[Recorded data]
____

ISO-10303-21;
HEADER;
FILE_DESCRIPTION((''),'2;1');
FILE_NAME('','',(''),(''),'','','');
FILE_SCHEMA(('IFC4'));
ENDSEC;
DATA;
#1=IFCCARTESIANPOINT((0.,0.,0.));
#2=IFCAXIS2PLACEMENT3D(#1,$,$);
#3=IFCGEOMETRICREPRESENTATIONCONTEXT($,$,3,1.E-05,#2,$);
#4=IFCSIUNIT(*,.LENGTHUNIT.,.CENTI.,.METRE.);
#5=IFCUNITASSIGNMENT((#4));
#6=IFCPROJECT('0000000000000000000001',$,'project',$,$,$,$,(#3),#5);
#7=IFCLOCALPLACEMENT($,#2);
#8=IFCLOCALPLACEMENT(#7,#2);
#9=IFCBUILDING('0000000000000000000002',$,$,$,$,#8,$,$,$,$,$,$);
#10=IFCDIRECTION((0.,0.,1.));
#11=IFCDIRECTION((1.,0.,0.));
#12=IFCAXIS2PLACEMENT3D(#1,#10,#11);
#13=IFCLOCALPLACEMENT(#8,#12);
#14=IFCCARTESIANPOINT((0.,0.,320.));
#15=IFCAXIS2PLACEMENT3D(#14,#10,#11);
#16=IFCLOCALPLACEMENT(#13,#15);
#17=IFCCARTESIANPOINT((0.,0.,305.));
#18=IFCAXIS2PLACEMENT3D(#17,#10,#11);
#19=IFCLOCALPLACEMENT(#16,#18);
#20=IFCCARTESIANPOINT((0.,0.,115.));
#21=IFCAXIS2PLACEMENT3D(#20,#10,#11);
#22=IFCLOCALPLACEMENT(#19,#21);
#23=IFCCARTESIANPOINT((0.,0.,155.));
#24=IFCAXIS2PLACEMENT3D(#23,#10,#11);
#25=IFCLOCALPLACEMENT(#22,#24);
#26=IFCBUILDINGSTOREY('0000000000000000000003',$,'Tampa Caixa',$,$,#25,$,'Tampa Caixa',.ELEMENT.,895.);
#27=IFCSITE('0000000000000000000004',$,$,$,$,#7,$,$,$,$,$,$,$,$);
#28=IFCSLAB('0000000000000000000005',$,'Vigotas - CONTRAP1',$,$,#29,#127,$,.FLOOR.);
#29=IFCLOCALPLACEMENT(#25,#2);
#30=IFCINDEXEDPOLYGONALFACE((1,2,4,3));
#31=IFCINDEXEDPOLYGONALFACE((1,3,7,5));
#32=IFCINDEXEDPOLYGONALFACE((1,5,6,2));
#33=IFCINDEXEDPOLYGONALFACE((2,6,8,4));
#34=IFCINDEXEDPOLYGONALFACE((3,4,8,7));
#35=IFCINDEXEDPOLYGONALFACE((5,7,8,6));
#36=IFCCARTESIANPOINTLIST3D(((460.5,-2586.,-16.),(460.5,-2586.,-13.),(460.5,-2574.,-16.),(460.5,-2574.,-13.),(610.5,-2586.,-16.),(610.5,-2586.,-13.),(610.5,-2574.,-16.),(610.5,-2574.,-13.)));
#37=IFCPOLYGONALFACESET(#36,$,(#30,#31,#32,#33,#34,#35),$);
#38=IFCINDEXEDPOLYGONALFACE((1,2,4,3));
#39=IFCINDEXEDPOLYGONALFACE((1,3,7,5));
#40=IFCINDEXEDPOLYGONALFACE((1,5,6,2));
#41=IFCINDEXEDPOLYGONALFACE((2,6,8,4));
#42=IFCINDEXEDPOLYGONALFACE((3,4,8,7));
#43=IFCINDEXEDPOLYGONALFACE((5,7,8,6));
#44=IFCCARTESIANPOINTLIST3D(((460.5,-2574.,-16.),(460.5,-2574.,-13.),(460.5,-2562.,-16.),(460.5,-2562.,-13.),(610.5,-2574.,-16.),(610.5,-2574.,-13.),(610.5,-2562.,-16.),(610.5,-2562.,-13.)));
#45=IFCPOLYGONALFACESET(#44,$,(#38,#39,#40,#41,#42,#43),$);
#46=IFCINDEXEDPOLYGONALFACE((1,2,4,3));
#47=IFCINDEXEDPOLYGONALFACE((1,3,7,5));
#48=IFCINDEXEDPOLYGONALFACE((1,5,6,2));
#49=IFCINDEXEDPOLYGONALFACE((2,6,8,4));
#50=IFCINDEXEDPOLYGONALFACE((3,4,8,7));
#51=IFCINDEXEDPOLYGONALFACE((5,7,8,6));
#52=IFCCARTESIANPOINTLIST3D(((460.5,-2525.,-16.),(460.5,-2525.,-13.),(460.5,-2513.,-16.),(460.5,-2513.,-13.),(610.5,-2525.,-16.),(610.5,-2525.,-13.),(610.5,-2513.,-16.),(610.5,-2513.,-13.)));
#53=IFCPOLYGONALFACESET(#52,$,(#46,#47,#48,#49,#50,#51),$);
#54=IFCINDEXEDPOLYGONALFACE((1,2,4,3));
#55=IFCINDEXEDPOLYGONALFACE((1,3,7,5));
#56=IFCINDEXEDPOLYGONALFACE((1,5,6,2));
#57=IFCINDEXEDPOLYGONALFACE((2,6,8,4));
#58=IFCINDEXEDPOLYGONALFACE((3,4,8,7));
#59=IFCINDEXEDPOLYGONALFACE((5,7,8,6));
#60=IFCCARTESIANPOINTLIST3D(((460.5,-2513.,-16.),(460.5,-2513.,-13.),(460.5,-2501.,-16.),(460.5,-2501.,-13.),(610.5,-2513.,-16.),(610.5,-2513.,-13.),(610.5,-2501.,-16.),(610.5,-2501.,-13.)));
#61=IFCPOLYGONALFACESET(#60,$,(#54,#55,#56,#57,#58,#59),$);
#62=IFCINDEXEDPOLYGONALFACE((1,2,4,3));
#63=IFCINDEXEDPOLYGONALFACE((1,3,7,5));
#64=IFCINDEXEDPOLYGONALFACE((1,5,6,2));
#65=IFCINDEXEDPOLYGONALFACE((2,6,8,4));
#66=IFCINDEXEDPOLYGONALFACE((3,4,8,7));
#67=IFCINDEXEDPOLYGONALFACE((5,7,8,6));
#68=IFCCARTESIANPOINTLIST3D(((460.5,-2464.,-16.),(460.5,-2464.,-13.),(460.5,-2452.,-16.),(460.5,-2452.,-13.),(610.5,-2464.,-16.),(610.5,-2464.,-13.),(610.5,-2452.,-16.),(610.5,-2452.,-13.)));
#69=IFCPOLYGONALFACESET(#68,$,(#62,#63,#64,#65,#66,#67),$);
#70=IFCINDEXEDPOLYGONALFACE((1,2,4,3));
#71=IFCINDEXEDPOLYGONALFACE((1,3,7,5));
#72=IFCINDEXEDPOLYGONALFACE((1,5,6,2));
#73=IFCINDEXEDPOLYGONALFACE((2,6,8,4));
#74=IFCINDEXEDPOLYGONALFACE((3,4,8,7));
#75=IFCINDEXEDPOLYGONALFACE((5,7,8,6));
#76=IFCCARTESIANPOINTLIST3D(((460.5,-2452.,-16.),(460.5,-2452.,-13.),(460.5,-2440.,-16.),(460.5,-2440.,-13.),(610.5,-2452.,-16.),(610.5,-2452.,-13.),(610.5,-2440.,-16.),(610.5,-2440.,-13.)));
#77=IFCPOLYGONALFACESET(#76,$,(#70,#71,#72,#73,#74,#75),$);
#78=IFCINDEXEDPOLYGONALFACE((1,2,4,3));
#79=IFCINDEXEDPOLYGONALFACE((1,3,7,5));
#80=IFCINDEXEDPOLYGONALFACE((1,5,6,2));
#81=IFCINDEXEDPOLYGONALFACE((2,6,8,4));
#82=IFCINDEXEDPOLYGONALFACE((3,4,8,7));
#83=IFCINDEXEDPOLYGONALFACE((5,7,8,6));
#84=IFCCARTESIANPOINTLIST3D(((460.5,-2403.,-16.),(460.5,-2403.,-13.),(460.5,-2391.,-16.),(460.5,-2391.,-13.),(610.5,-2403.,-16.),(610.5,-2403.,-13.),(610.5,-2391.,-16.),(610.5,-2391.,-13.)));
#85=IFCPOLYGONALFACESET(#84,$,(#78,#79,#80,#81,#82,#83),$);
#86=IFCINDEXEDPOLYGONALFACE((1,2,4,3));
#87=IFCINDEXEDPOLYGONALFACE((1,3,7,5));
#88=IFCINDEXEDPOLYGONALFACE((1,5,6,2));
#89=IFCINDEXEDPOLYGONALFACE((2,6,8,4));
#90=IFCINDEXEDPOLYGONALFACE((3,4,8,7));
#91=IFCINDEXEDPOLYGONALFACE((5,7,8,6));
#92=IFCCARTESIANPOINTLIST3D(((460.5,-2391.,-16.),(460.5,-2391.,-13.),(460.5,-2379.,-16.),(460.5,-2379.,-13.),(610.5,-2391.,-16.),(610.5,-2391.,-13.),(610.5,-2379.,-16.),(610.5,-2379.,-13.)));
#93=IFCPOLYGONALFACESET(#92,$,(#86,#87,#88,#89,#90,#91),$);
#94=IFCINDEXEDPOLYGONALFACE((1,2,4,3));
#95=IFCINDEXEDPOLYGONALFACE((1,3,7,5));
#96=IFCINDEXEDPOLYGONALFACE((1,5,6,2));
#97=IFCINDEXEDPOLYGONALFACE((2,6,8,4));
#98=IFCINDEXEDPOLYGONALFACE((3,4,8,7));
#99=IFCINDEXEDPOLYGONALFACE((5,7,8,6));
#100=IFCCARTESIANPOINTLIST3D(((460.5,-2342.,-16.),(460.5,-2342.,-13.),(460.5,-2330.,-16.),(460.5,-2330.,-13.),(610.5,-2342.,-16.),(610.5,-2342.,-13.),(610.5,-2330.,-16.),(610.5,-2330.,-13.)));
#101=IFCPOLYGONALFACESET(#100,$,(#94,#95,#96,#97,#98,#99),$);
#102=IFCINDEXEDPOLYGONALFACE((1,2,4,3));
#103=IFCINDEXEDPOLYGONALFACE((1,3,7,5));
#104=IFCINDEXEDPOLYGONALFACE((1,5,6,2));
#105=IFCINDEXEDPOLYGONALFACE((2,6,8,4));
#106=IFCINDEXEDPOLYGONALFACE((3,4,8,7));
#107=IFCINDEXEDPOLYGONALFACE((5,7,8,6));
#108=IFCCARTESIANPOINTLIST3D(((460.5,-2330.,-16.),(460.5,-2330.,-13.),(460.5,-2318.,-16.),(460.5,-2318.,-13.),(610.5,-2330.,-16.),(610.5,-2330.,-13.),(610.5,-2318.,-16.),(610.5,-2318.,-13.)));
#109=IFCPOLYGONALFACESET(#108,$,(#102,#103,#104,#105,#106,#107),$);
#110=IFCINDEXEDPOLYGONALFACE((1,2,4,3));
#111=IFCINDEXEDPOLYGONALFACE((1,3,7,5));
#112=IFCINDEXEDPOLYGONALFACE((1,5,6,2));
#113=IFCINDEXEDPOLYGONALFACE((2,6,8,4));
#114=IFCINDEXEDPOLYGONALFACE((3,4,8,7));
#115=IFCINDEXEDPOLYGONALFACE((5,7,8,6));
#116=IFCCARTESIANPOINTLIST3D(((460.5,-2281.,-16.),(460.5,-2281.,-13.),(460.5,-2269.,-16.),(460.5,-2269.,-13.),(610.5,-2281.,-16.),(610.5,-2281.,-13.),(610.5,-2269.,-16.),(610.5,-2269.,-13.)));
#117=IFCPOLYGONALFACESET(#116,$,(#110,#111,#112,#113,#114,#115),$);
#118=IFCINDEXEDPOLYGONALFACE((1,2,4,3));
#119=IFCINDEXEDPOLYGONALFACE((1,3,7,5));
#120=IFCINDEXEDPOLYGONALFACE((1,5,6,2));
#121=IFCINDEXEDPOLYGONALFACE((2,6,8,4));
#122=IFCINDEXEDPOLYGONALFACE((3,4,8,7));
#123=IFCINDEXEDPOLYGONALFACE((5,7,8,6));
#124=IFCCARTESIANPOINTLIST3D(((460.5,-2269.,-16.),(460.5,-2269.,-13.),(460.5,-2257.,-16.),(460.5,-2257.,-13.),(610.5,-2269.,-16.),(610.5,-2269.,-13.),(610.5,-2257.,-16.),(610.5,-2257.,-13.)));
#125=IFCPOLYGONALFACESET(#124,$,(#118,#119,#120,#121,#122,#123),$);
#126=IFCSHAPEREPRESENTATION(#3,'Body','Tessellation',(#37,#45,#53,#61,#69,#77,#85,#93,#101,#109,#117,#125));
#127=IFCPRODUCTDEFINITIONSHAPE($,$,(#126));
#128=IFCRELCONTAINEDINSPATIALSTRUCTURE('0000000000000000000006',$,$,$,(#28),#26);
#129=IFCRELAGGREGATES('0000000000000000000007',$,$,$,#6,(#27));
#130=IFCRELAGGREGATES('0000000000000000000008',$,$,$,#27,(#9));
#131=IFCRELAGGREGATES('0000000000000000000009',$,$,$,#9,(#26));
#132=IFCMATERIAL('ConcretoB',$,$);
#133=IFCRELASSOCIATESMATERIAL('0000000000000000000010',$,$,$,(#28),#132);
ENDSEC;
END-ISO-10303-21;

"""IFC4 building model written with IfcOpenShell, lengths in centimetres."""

from ifc_helpers import new_model, si_unit, frame, origin, origin_with_axes, place, context, project, spatial, polyline, outline, extrude, material, element, save


model = new_model("IFC4")

# Units and contexts
context_of_model = context(None, 3, precision=1e-05, world=origin())
ifc_project = project(units=[si_unit("LENGTHUNIT", "METRE", prefix="CENTI")], contexts=[context_of_model])

# Site, building, storey
site_placement = place(None, origin())
site = spatial("IfcSite", under=ifc_project, at=site_placement)
building_placement = place(site_placement, origin())
building = spatial("IfcBuilding", under=site, at=building_placement)
placement_1 = place(building_placement, origin_with_axes())
placement_2 = place(placement_1, frame((0.0, 0.0, 320.0), z_axis=(0.0, 0.0, 1.0), x_axis=(1.0, 0.0, 0.0)))
placement_3 = place(placement_2, frame((0.0, 0.0, 305.0), z_axis=(0.0, 0.0, 1.0), x_axis=(1.0, 0.0, 0.0)))
placement_4 = place(placement_3, frame((0.0, 0.0, 115.0), z_axis=(0.0, 0.0, 1.0), x_axis=(1.0, 0.0, 0.0)))
storey_placement = place(placement_4, frame((0.0, 0.0, 155.0), z_axis=(0.0, 0.0, 1.0), x_axis=(1.0, 0.0, 0.0)))
storey = spatial("IfcBuildingStorey", under=building, at=storey_placement, Name="Tampa Caixa", LongName="Tampa Caixa", CompositionType="ELEMENT", Elevation=895.0)

# Shared definitions
ifc_material = material(Name="ConcretoB")

# Slab
slab_placement = place(storey_placement, frame((535.5, -2421.5, -13.0), z_axis=(0.0, 0.0, 1.0), x_axis=(1.0, 0.0, 0.0)))
element("IfcSlab", 1, at=slab_placement, inside=storey, material=ifc_material, Name="Vigotas - CONTRAP1", PredefinedType="FLOOR", context=context_of_model, shape_type="SolidModel", body=[
    extrude(outline(polyline([(6.0, 1.5), (-6.0, 1.5), (-6.0, -1.5), (6.0, -1.5), (6.0, 1.5), (6.0, 1.5)])), frame((-75.0, -158.5, -1.5), z_axis=(1.0, 0.0, 0.0), x_axis=(0.0, -1.0, 0.0)), (0.0, 0.0, 1.0), 150.0),
    extrude(outline(polyline([(6.0, 1.5), (-6.0, 1.5), (-6.0, -1.5), (6.0, -1.5), (6.0, 1.5), (6.0, 1.5)])), frame((-75.0, -146.5, -1.5), z_axis=(1.0, 0.0, 0.0), x_axis=(0.0, -1.0, 0.0)), (0.0, 0.0, 1.0), 150.0),
    extrude(outline(polyline([(6.0, 1.5), (-6.0, 1.5), (-6.0, -1.5), (6.0, -1.5), (6.0, 1.5), (6.0, 1.5)])), frame((-75.0, -97.5, -1.5), z_axis=(1.0, 0.0, 0.0), x_axis=(0.0, -1.0, 0.0)), (0.0, 0.0, 1.0), 150.0),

____

What this task involves.
Find the word "IFCRELAGGREGATES" in the entries above, then copy each line that holds it.

Task result.
#129=IFCRELAGGREGATES('0000000000000000000007',$,$,$,#6,(#27));
#130=IFCRELAGGREGATES('0000000000000000000008',$,$,$,#27,(#9));
#131=IFCRELAGGREGATES('0000000000000000000009',$,$,$,#9,(#26));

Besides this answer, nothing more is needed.